World Hunger or World McDonald's?
I've written about the Gates Foundation's efforts to help improve agricultural systems in the developing world. Gates concludes that his Foundation's investments should empower poor farmers to grow more crops and get them to market, which will help them pull themselves out of poverty.
Hey, U.S. farmers have been growing more and more crops and gotten them to market. They've even created new markets for them. Some of these farmers have gotten rich. So shouldn't Bill Gates be trying to replicate this shining example for the rest of the world?
Well, think about the output of that ingenious system we've created. Everything's made of one crop and the rush to the bottom means everything is as cheap and low-quality as it possibly can be. Our taste buds have become accustomed to cheap and low-quality, and the market bears out some unfortunate results — such as areas where fast food joints far outnumber supermarkets or other healthy eating places.
This is the case in Prince George's County, Maryalnd, where, as I wrote this morning, a state Senator is trying to limit the number of fast food restaurants in his county to make everybody healthier. Our food system, propped up by subsidies and driven by our never-ending quest for "more" and "cheaper," has dedicated itself to creating food that local governments are now trying to restrict.
So it doesn't seem to be such a shining example after all. Should we really be spreading our own ideas about how to improve food systems to other countries? Shouldn't we instead be putting those ideas in a hole and burying them?
There are surely other ways of doing things. But let's for a moment take the attitude of the corporate forces that shape our food system or, say, Bill Gates, who seems to have been captured by that way of thinking. From their perspective, there are but two alternatives: Our way or starvation.
Suspend your disbelief for a moment and and ask yourself the following: In a battle between eradication of hunger and a safe Earth unravaged by monster food systems, which wins?
Before you start throwing local organic tomatoes at my head, indulge me for a moment. Here's another way of putting it, a serious hypothetical question along the lines of the impossible-choices game I used to play as a kid: Would you rather inhabit a world where everybody only had access to McDonald's or a world where hundreds of millions of people suffered from chronic hunger?

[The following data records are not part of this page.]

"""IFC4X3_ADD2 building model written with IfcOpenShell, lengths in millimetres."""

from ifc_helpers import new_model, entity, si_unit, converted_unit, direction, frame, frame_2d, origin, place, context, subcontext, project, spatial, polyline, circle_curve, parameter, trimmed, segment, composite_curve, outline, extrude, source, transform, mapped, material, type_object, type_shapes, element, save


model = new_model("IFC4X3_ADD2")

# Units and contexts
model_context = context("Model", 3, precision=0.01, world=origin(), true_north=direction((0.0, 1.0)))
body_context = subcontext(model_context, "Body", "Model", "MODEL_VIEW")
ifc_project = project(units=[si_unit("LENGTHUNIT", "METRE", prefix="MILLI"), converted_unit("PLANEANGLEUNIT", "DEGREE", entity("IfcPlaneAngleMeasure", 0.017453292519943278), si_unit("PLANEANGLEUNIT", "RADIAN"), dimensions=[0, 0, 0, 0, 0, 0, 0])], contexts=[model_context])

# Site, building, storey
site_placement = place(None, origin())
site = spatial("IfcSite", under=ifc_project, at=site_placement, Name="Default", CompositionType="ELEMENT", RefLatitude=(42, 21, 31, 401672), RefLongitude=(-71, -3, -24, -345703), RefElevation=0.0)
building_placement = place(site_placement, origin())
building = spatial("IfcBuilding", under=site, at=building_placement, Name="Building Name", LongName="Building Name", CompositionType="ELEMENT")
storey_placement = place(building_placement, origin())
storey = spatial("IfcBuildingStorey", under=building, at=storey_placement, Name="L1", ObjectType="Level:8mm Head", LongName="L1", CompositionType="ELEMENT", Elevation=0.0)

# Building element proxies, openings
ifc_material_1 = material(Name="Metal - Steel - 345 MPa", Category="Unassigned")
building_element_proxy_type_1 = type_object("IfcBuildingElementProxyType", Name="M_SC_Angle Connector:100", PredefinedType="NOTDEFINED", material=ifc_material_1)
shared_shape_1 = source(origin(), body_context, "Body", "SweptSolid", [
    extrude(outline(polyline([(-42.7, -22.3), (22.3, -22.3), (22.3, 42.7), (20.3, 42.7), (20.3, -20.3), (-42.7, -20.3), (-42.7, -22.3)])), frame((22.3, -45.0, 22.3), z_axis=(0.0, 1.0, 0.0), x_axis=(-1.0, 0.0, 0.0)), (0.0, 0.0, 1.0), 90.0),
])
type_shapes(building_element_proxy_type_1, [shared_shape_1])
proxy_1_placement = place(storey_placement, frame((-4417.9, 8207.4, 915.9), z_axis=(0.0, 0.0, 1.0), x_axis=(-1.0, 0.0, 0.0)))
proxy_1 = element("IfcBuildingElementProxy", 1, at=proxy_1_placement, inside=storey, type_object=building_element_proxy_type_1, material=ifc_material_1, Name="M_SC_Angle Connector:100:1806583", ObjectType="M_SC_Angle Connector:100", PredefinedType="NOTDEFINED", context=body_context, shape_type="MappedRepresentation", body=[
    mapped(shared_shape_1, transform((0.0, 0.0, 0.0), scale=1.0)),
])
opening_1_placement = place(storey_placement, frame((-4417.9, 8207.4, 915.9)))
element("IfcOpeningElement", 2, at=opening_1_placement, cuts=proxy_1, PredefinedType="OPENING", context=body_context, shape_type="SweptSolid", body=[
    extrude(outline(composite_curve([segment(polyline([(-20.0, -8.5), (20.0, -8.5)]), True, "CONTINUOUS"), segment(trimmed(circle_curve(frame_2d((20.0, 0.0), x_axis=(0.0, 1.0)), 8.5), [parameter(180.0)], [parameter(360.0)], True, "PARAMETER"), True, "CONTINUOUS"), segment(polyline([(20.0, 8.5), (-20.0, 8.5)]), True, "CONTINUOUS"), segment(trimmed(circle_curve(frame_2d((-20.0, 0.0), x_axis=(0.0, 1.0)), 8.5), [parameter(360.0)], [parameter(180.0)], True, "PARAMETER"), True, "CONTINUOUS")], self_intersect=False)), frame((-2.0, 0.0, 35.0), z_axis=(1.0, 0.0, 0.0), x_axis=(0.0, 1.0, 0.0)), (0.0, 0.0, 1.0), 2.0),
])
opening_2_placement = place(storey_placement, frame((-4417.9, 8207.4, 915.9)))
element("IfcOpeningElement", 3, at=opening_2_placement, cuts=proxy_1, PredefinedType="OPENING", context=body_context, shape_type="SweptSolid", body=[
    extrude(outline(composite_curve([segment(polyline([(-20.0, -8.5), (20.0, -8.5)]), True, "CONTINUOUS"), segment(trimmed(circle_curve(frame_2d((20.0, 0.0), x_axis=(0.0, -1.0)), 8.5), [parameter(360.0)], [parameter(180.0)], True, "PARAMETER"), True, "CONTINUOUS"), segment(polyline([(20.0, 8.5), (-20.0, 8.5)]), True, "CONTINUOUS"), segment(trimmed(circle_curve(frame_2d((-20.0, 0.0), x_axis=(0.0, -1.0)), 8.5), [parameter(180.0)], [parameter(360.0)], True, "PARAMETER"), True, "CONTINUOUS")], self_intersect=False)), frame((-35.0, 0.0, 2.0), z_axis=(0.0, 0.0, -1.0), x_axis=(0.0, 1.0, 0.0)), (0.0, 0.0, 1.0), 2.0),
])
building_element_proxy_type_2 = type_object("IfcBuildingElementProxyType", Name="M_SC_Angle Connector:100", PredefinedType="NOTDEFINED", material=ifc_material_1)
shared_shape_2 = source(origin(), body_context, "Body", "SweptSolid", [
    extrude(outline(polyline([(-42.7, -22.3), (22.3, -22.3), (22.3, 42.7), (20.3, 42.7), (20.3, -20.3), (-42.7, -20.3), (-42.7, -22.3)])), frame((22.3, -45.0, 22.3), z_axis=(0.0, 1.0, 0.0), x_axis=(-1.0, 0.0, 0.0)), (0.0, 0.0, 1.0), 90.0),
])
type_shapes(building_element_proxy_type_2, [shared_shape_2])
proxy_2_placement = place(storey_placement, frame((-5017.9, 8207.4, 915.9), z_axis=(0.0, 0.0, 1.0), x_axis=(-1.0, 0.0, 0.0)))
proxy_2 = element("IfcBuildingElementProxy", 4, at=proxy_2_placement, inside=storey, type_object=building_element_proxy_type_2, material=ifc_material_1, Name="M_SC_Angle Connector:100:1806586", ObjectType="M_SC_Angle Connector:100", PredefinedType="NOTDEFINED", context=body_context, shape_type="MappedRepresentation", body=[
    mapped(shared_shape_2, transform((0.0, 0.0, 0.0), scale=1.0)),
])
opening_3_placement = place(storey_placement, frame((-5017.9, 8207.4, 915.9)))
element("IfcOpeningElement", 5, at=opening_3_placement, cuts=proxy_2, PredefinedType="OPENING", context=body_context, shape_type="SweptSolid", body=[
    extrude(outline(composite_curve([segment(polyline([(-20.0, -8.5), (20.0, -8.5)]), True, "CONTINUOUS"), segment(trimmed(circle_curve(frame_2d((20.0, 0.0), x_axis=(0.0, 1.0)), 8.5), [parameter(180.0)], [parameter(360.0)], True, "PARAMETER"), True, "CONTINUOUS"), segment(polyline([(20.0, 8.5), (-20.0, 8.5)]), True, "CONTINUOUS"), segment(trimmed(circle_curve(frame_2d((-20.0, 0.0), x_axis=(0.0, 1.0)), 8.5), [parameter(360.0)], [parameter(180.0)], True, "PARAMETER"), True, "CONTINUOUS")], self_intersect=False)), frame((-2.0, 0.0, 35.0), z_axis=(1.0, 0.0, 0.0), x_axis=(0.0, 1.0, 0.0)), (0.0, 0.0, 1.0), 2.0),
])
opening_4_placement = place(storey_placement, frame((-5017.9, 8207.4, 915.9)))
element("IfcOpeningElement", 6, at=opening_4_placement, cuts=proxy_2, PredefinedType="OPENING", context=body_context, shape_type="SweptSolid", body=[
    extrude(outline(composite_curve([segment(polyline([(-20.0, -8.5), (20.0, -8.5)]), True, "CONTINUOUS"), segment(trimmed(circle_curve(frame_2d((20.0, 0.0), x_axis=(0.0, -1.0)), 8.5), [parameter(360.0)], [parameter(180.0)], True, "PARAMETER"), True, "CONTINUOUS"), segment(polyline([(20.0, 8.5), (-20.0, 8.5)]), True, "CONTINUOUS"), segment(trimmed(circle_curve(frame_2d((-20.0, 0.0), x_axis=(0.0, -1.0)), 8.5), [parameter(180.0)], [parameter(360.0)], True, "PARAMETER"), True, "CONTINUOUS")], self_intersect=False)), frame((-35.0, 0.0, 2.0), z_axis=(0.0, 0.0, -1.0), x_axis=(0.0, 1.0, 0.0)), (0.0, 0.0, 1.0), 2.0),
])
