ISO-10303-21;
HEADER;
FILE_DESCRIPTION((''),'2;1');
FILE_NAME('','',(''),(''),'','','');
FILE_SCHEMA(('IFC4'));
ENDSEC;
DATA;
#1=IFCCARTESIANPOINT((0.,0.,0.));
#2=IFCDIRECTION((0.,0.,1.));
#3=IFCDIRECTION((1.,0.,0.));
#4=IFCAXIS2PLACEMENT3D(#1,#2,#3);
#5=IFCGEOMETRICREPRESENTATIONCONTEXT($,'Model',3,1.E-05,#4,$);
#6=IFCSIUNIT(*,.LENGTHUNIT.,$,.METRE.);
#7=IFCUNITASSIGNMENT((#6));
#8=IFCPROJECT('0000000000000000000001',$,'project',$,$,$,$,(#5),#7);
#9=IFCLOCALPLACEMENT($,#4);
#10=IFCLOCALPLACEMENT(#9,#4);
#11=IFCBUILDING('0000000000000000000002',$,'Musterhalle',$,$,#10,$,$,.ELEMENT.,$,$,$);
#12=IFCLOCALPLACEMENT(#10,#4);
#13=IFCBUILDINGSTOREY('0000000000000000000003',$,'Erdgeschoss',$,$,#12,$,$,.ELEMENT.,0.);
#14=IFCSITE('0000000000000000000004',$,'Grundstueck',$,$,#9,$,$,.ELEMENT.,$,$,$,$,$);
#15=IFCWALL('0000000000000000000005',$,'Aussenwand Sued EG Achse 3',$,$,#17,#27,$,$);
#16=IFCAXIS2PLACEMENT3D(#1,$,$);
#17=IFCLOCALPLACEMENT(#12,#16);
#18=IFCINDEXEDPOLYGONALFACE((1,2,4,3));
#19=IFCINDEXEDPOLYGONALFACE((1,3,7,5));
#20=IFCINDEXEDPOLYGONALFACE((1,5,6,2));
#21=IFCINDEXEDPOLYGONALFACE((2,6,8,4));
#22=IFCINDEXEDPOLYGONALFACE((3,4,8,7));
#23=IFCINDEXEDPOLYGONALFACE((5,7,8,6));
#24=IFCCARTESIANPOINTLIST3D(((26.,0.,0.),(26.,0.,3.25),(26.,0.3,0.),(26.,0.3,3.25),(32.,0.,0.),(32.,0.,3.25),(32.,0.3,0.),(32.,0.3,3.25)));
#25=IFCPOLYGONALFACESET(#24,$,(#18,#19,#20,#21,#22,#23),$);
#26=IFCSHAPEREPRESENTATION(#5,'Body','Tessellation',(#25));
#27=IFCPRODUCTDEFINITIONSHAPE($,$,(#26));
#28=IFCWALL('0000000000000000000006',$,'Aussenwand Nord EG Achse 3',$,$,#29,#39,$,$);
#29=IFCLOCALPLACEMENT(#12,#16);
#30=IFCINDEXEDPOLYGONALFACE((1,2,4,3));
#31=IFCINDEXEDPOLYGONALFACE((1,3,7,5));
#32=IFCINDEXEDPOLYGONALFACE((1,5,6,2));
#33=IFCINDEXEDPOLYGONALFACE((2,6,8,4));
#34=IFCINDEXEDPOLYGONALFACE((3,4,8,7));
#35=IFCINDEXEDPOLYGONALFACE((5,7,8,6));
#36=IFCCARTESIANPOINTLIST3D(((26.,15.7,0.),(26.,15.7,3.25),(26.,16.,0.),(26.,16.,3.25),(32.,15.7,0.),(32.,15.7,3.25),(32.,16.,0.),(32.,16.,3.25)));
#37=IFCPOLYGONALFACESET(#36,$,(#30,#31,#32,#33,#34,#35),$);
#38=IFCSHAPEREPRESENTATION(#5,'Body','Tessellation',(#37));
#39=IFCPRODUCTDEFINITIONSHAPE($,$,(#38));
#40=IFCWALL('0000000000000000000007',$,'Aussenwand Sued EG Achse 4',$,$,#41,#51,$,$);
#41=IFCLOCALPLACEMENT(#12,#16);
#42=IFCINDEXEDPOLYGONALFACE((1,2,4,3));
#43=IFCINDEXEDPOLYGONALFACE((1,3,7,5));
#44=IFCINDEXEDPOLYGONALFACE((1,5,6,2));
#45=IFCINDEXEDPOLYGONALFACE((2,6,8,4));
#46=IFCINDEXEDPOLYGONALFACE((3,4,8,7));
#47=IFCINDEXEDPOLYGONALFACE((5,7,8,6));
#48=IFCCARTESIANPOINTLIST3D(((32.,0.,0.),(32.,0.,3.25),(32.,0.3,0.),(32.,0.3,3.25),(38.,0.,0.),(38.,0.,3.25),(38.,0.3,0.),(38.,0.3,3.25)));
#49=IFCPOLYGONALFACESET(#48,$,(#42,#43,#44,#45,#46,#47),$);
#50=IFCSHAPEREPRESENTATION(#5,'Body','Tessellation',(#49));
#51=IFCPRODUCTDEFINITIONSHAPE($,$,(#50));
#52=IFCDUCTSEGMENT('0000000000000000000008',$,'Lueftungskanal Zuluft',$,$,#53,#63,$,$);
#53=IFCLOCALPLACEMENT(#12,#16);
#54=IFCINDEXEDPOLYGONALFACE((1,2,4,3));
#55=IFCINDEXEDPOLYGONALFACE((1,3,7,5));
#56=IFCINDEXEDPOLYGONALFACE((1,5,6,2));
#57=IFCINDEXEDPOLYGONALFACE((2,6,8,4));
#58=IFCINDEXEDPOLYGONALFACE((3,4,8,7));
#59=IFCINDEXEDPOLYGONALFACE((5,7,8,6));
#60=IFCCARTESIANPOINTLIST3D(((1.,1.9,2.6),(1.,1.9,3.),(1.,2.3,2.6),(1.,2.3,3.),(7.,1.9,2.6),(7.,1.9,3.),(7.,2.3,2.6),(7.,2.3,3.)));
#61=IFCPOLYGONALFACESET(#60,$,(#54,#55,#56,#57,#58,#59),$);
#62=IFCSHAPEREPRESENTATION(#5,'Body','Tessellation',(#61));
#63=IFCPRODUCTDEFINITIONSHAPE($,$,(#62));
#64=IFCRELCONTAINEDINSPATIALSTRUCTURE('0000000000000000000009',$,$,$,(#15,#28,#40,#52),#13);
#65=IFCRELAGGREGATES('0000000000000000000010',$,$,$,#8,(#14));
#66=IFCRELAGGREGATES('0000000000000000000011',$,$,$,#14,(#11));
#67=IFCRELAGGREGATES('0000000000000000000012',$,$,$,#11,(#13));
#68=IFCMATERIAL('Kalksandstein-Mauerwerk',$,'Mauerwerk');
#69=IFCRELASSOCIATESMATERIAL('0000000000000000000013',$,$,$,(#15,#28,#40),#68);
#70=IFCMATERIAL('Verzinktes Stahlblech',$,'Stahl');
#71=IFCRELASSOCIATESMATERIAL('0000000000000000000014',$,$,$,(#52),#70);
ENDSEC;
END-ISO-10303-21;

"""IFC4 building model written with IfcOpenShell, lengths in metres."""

from ifc_helpers import new_model, si_unit, frame, origin_with_axes, origin_2d, place, context, project, spatial, rectangle, extrude, material, element, save


model = new_model("IFC4")

# Units and contexts
model_context = context("Model", 3, precision=1e-05, world=origin_with_axes())
ifc_project = project(units=[si_unit("LENGTHUNIT", "METRE")], contexts=[model_context])

# Site, building, storey
site_placement = place(None, origin_with_axes())
site = spatial("IfcSite", under=ifc_project, at=site_placement, Name="Grundstueck", CompositionType="ELEMENT")
building_placement = place(site_placement, origin_with_axes())
building = spatial("IfcBuilding", under=site, at=building_placement, Name="Musterhalle", CompositionType="ELEMENT")
storey_placement = place(building_placement, origin_with_axes())
storey = spatial("IfcBuildingStorey", under=building, at=storey_placement, Name="Erdgeschoss", CompositionType="ELEMENT", Elevation=0.0)

# Shared definitions
placement = place(storey_placement, origin_with_axes())

# Walls
ifc_material_1 = material(Name="Kalksandstein-Mauerwerk", Category="Mauerwerk")
element("IfcWall", 1, at=placement, inside=storey, material=ifc_material_1, Name="Aussenwand Sued EG Achse 3", context=model_context, shape_type="SweptSolid", body=[
    extrude(rectangle(XDim=6.0, YDim=0.3, at=origin_2d()), frame((29.0, 0.15, 0.0), z_axis=(0.0, 0.0, 1.0), x_axis=(1.0, 0.0, 0.0)), (0.0, 0.0, 1.0), 3.25),
])
element("IfcWall", 2, at=placement, inside=storey, material=ifc_material_1, Name="Aussenwand Nord EG Achse 3", context=model_context, shape_type="SweptSolid", body=[
    extrude(rectangle(XDim=6.0, YDim=0.3, at=origin_2d()), frame((29.0, 15.85, 0.0), z_axis=(0.0, 0.0, 1.0), x_axis=(1.0, 0.0, 0.0)), (0.0, 0.0, 1.0), 3.25),
])
element("IfcWall", 3, at=placement, inside=storey, material=ifc_material_1, Name="Aussenwand Sued EG Achse 4", context=model_context, shape_type="SweptSolid", body=[
    extrude(rectangle(XDim=6.0, YDim=0.3, at=origin_2d()), frame((35.0, 0.15, 0.0), z_axis=(0.0, 0.0, 1.0), x_axis=(1.0, 0.0, 0.0)), (0.0, 0.0, 1.0), 3.25),
])

# Duct segment
ifc_material_2 = material(Name="Verzinktes Stahlblech", Category="Stahl")
element("IfcDuctSegment", 4, at=placement, inside=storey, material=ifc_material_2, Name="Lueftungskanal Zuluft", context=model_context, shape_type="SweptSolid", body=[
    extrude(rectangle(XDim=6.0, YDim=0.4, at=origin_2d()), frame((4.0, 2.1, 2.6), z_axis=(0.0, 0.0, 1.0), x_axis=(1.0, 0.0, 0.0)), (0.0, 0.0, 1.0), 0.4),
])

save(model, "model.ifc")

This is obviously an academic question in regards to many places in the world, but if the McMap of the U.S. is any guide, it could be a meaningful question in this country. In many U.S. cities, fast food outlets are the cheapest and most convenient method of filling a hungry belly. Taking them away without engineering a more desirable alternative could leave many people with fewer and worse options, not better ones. (For the record, Maryland will be actively encouraging the placement of healthier restaurants in new building projects.)
The sustainable food debate focuses much ire on the likes of McDonald's, but is a McDonald's hamburger worse than hunger? If there was some way to engineer a distribution system that would allow all those millions of hungry people in the world to eat a Big Mac, would you make that devil's bargain?